We believe that the WP presumes more robust evidence on this issue than actually exists. It is hard to legislate on the best way to train teachers when we are not really sure what makes a good teacher, or what effective teachers do. We need to be realistic in terms of what we know, and also in terms of the wider context around teacher development.

There are a number of prior questions that need more robust answers than they currently have to properly address this policy issue. For example: To what extent are good teachers born or made? What do effective teachers do? What motivates teachers? We discuss new teachers first and then existing teachers.

The two key issues around new teachers are recruitment and training. The research evidence suggests that the recruitment of teachers matters a great deal. This evidence can be used to design the ideal personnel policy, the ideal contract for teachers. The facts are that teachers are very different in effectiveness but that this is hard to spot pre-hire as it does not appear to be well correlated with characteristics such as degree class or subject; and that this level of effectiveness tends not to increase with experience after the first two or three years. The current teacher entry system involves making the sharpest selection before training (to be raised to a good university degree), giving training, but thereafter only mild selection: that is, most people pass their training, and then passing probation (achieving QTS) is relatively straightforward in most schools. The evidence suggests a better policy would be exactly the reverse: a much more open and inclusive approach to who can begin teacher training, coupled with a much tougher probationary policy.

It is hard to give strong advice about a model for teacher training, given only a sketchy idea of how effective teachers operate. But in practical terms, students on teacher training courses already spend about two thirds of their time in school rather than in the university lecture hall; the scope for major gains from further time in school does not seem large. Furthermore, a timely OFSTED report on initial teacher training found more outstanding university-based teacher training courses than outstanding school-based ones. The implications for schools of taking a larger role in teacher training also need some consideration, particularly given the squeeze in resources that is coming.

There are about 400,000 teachers in England, and the turnover is about 20,000 per year. So even if the average effectiveness of new teachers can be significantly improved, this will only have a marginal impact on overall effectiveness for at least a decade. Increasing the effectiveness of existing teachers offers much greater scope for rapid improvements in standards.

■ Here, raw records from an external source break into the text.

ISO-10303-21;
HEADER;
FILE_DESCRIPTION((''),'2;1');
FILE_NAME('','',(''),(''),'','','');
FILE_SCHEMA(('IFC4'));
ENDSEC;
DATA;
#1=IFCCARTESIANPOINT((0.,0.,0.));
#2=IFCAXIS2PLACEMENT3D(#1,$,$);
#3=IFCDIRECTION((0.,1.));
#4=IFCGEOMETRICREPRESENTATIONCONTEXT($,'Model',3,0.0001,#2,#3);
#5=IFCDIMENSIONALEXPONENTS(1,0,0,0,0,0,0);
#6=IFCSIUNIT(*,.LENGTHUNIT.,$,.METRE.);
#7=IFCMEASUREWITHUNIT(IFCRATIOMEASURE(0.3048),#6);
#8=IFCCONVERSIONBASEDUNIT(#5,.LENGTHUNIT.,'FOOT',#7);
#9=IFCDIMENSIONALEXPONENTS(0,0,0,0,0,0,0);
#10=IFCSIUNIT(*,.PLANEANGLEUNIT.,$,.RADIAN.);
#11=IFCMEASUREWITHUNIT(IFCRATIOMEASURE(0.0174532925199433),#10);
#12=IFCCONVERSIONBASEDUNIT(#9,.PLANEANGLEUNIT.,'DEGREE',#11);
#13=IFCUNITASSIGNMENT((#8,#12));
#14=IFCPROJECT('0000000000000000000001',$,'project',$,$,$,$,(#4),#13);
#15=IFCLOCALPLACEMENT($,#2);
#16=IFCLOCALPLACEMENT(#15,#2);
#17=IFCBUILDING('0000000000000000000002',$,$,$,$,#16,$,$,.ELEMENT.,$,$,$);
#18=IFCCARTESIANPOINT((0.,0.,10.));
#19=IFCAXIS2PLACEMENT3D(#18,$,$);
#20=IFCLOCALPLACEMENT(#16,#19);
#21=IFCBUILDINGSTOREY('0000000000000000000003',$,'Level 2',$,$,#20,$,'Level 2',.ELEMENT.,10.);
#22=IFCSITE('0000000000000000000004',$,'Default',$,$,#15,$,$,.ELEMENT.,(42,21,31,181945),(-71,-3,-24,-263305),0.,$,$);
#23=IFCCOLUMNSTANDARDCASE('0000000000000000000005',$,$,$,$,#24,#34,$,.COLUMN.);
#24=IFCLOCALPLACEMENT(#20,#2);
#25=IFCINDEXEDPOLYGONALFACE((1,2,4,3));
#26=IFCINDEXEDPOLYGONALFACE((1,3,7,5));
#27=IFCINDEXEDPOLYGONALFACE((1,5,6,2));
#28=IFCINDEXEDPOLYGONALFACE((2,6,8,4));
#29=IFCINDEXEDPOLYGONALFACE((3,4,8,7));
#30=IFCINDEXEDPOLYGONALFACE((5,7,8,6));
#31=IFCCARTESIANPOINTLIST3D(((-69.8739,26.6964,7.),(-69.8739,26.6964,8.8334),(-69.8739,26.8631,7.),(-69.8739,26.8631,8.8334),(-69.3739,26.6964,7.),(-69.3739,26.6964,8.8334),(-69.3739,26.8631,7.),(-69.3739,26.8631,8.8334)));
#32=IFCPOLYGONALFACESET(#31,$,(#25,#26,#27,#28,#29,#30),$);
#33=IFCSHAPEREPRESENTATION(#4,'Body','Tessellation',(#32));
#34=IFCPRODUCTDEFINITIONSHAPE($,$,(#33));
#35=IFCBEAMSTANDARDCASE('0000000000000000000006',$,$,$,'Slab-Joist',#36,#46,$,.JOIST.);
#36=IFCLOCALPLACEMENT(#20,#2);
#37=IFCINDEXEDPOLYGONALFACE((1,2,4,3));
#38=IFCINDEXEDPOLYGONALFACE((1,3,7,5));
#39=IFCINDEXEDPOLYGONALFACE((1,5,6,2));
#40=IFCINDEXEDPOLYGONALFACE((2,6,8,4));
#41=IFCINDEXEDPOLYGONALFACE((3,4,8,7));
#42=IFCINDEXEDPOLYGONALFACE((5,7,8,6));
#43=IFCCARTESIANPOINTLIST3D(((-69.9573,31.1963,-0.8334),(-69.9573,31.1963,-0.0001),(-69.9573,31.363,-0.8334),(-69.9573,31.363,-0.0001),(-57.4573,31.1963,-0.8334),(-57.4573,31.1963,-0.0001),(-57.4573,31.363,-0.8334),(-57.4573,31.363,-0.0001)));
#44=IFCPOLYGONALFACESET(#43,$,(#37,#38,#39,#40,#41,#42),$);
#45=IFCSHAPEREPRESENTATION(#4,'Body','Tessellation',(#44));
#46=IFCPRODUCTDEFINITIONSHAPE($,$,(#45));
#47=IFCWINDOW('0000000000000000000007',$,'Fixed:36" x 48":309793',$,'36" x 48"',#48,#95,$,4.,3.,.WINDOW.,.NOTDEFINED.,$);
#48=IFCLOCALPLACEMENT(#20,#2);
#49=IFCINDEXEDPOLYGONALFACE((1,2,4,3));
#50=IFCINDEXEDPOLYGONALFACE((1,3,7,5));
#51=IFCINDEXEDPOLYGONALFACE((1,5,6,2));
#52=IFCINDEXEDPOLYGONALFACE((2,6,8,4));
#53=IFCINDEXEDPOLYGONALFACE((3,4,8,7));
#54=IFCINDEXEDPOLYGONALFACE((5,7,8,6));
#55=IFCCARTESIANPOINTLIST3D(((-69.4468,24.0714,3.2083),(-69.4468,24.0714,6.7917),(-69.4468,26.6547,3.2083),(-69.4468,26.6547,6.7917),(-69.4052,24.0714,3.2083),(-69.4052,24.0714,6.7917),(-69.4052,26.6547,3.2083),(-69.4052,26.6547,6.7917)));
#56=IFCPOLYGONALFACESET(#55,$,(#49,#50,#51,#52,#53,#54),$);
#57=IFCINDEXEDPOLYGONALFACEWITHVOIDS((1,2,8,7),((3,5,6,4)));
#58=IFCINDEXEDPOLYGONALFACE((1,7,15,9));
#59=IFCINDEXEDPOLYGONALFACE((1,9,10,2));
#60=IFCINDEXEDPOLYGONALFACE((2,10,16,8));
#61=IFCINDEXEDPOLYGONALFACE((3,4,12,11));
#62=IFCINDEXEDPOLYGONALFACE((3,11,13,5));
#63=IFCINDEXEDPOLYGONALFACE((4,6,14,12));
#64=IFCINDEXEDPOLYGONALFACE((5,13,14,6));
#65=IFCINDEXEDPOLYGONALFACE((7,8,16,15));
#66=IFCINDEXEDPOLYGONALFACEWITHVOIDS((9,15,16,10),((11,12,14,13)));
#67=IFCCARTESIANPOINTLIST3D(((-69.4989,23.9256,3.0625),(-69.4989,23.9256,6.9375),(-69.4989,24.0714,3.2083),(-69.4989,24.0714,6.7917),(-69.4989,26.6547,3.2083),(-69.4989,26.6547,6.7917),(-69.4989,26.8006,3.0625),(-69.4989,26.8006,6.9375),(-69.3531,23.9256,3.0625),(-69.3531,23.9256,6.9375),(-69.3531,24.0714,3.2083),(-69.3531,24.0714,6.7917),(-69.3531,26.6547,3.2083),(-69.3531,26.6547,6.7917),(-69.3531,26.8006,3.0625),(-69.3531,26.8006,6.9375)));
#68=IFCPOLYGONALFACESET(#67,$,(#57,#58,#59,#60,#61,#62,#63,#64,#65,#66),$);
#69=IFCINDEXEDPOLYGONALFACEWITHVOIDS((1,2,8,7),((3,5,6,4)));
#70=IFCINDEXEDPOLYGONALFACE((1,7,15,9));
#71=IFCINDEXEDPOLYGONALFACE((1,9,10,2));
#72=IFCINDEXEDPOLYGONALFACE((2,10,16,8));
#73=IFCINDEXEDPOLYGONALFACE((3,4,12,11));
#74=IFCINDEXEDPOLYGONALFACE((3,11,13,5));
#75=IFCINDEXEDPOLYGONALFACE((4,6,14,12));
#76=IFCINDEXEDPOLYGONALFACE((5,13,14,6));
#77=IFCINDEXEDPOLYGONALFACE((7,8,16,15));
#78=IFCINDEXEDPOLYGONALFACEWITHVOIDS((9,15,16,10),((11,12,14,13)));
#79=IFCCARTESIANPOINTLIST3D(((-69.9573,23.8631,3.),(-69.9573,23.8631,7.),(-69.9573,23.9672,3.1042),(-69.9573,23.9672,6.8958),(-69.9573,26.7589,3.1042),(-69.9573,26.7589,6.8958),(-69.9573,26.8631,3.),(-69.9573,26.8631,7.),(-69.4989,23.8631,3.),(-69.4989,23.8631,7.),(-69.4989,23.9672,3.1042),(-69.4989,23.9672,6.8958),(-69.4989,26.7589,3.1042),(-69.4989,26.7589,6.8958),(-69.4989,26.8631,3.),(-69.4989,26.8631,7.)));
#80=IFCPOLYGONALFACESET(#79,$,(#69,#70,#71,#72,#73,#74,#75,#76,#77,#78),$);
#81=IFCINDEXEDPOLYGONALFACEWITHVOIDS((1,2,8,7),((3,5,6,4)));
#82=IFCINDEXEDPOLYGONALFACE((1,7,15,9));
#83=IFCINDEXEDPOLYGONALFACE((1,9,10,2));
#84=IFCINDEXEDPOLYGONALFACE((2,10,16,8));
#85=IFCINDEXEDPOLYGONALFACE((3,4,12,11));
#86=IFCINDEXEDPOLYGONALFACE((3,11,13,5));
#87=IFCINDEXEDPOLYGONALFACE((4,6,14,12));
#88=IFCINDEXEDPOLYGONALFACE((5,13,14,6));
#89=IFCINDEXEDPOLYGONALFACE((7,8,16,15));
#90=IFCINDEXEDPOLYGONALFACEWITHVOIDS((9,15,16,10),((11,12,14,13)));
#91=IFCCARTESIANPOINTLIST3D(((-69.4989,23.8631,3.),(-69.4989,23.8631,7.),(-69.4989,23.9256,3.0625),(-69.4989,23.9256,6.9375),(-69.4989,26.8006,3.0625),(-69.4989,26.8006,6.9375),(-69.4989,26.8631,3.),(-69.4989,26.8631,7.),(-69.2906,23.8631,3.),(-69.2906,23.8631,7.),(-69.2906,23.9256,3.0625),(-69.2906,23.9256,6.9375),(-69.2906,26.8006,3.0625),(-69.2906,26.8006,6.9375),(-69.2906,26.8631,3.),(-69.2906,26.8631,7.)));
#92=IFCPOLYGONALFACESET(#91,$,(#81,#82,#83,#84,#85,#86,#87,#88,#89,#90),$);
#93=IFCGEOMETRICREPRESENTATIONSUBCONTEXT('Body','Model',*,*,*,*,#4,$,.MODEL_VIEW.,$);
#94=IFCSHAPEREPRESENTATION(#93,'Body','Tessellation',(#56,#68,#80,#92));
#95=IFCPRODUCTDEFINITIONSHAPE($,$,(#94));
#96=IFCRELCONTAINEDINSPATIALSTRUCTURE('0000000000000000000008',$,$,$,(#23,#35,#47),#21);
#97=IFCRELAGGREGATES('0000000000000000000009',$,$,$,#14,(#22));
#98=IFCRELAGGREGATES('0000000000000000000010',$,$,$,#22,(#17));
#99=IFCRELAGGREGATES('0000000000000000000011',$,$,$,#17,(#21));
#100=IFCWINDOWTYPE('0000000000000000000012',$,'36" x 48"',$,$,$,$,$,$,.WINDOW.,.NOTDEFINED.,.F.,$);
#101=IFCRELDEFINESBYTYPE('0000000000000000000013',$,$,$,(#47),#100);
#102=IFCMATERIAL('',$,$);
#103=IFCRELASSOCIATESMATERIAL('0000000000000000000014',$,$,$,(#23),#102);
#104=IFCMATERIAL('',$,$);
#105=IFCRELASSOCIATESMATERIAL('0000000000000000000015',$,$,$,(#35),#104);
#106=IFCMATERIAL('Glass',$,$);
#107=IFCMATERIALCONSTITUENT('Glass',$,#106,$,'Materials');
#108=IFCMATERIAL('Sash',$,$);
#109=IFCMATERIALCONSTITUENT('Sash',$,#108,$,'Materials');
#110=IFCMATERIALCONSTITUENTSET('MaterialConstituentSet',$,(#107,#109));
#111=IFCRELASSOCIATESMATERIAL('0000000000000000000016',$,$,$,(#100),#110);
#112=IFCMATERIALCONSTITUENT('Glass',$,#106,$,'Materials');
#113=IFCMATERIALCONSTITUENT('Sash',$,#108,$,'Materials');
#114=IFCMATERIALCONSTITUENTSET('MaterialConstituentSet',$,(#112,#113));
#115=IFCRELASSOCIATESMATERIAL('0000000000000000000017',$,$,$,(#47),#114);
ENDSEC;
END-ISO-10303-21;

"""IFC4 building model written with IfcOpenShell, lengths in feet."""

from ifc_helpers import new_model, entity, si_unit, converted_unit, direction, frame, frame_2d, origin, origin_with_axes, place, context, subcontext, project, spatial, polyline, rectangle, outline, extrude, source, transform, mapped, material, constituent, constituent_set, type_object, type_shapes, element, save


model = new_model("IFC4")

# Units and contexts
model_context = context("Model", 3, precision=0.0001, world=origin(), true_north=direction((0.0, 1.0)))
body_context = subcontext(model_context, "Body", "Model", "MODEL_VIEW")
ifc_project = project(units=[converted_unit("LENGTHUNIT", "FOOT", entity("IfcRatioMeasure", 0.3048), si_unit("LENGTHUNIT", "METRE"), dimensions=[1, 0, 0, 0, 0, 0, 0]), converted_unit("PLANEANGLEUNIT", "DEGREE", entity("IfcRatioMeasure", 0.0174532925199433), si_unit("PLANEANGLEUNIT", "RADIAN"), dimensions=[0, 0, 0, 0, 0, 0, 0])], contexts=[model_context])

# Site, building, storey
site_placement = place(None, origin())
site = spatial("IfcSite", under=ifc_project, at=site_placement, Name="Default", CompositionType="ELEMENT", RefLatitude=(42, 21, 31, 181945), RefLongitude=(-71, -3, -24, -263305), RefElevation=0.0)
building_placement = place(site_placement, origin())
building = spatial("IfcBuilding", under=site, at=building_placement, CompositionType="ELEMENT")
storey_placement = place(building_placement, frame((0.0, 0.0, 10.0)))
storey = spatial("IfcBuildingStorey", under=building, at=storey_placement, Name="Level 2", LongName="Level 2", CompositionType="ELEMENT", Elevation=10.0)

# Column
placement_1 = place(storey_placement, frame((-69.6239, 19.7797, 0.0), z_axis=(0.0, 0.0, 1.0), x_axis=(0.0, 1.0, 0.0)))
ifc_material_1 = material(Name="")
for number, where, z_axis, x_axis in (
    (1, (7.0, 0.0, 7.0), (0.0, 0.0, 1.0), (1.0, 0.0, 0.0)),
):
    element("IfcColumnStandardCase", number, at=place(placement_1, frame(where, z_axis=z_axis, x_axis=x_axis)), inside=storey, material=ifc_material_1, PredefinedType="COLUMN", context=model_context, shape_type="SweptSolid", body=[
        extrude(rectangle(XDim=0.1667, YDim=0.5), origin(), (0.0, 0.0, 1.0), 1.8334),
    ])

# Beam
ifc_material_2 = material(Name="")
placement_2 = place(storey_placement, frame((-69.9573, 31.2797, 0.0), z_axis=(0.0, 0.0, 1.0), x_axis=(1.0, 0.0, 0.0)))
beam_placement = place(placement_2, frame((0.0, 0.0, -0.4167), z_axis=(1.0, 0.0, 0.0), x_axis=(0.0, 1.0, 0.0)))
element("IfcBeamStandardCase", 2, at=beam_placement, inside=storey, material=ifc_material_2, ObjectType="Slab-Joist", PredefinedType="JOIST", context=model_context, shape_type="SweptSolid", body=[
    extrude(rectangle(XDim=0.1667, YDim=0.8333), origin_with_axes(), (0.0, 0.0, 1.0), 12.5),
])

# Window
ifc_material_3 = material(Name="Glass")
ifc_constituent_1 = constituent(ifc_material_3, Name="Glass", Category="Materials")
ifc_material_4 = material(Name="Sash")
ifc_constituent_2 = constituent(ifc_material_4, Name="Sash", Category="Materials")
ifc_constituent_set_1 = constituent_set(constituents=[ifc_constituent_1, ifc_constituent_2], Name="MaterialConstituentSet")
ifc_constituent_3 = constituent(ifc_material_3, Name="Glass", Category="Materials")
ifc_constituent_4 = constituent(ifc_material_4, Name="Sash", Category="Materials")
ifc_constituent_set_2 = constituent_set(constituents=[ifc_constituent_3, ifc_constituent_4], Name="MaterialConstituentSet")
window_type = type_object("IfcWindowType", Name="36\" x 48\"", ParameterTakesPrecedence=False, PartitioningType="NOTDEFINED", PredefinedType="WINDOW", material=ifc_constituent_set_2)
shared_shape = source(origin(), body_context, "Body", "SweptSolid", [
    extrude(rectangle(XDim=2.5833, YDim=0.0417, at=frame_2d((0.0, 0.0), x_axis=(1.0, 0.0))), frame((1.75, 0.5312, 0.2083)), (0.0, 0.0, 1.0), 3.5833),
    extrude(outline(polyline([(-1.4375, -1.9375), (1.4375, -1.9375), (1.4375, 1.9375), (-1.4375, 1.9375), (-1.4375, -1.9375)]), holes=[polyline([(-1.2917, -1.7917), (-1.2917, 1.7917), (1.2917, 1.7917), (1.2917, -1.7917), (-1.2917, -1.7917)])]), frame((1.75, 0.6042, 2.0), z_axis=(0.0, -1.0, 0.0), x_axis=(-1.0, 0.0, 0.0)), (0.0, 0.0, 1.0), 0.1458),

The counter-part to focussing initial training on schools is to emphasise and enhance training on the job, continuing professional development (CPD). The picture painted by the economics evidence suggests a model of informal, small-scale, within-school or even within-department groups would work well, with colleagues learning from the most effective teachers.   Whilst CPD is discussed at some length in the WP, it has not been the focus of interest and discussion that it should be.

The broader question is why this has to be pushed towards teachers, why there isn’t much of a demand for it from most teachers. Raising the value of being an effective teacher might help fuel this demand. We know that teachers do raise their teaching effort given incentives, and it seems likely that they would also be keener to invest in their own capability to be effective. This incentivisation could be very simple and need not be personal financial gain. It could be simple pride and satisfaction from being top of a list of teachers in the staff room, or additional resources for a project chosen by the teacher, or it could be a pay bonus for the teacher.

The focus on teachers and teacher effectiveness is to be applauded. It is less clear that the right policies have been selected to enhance this.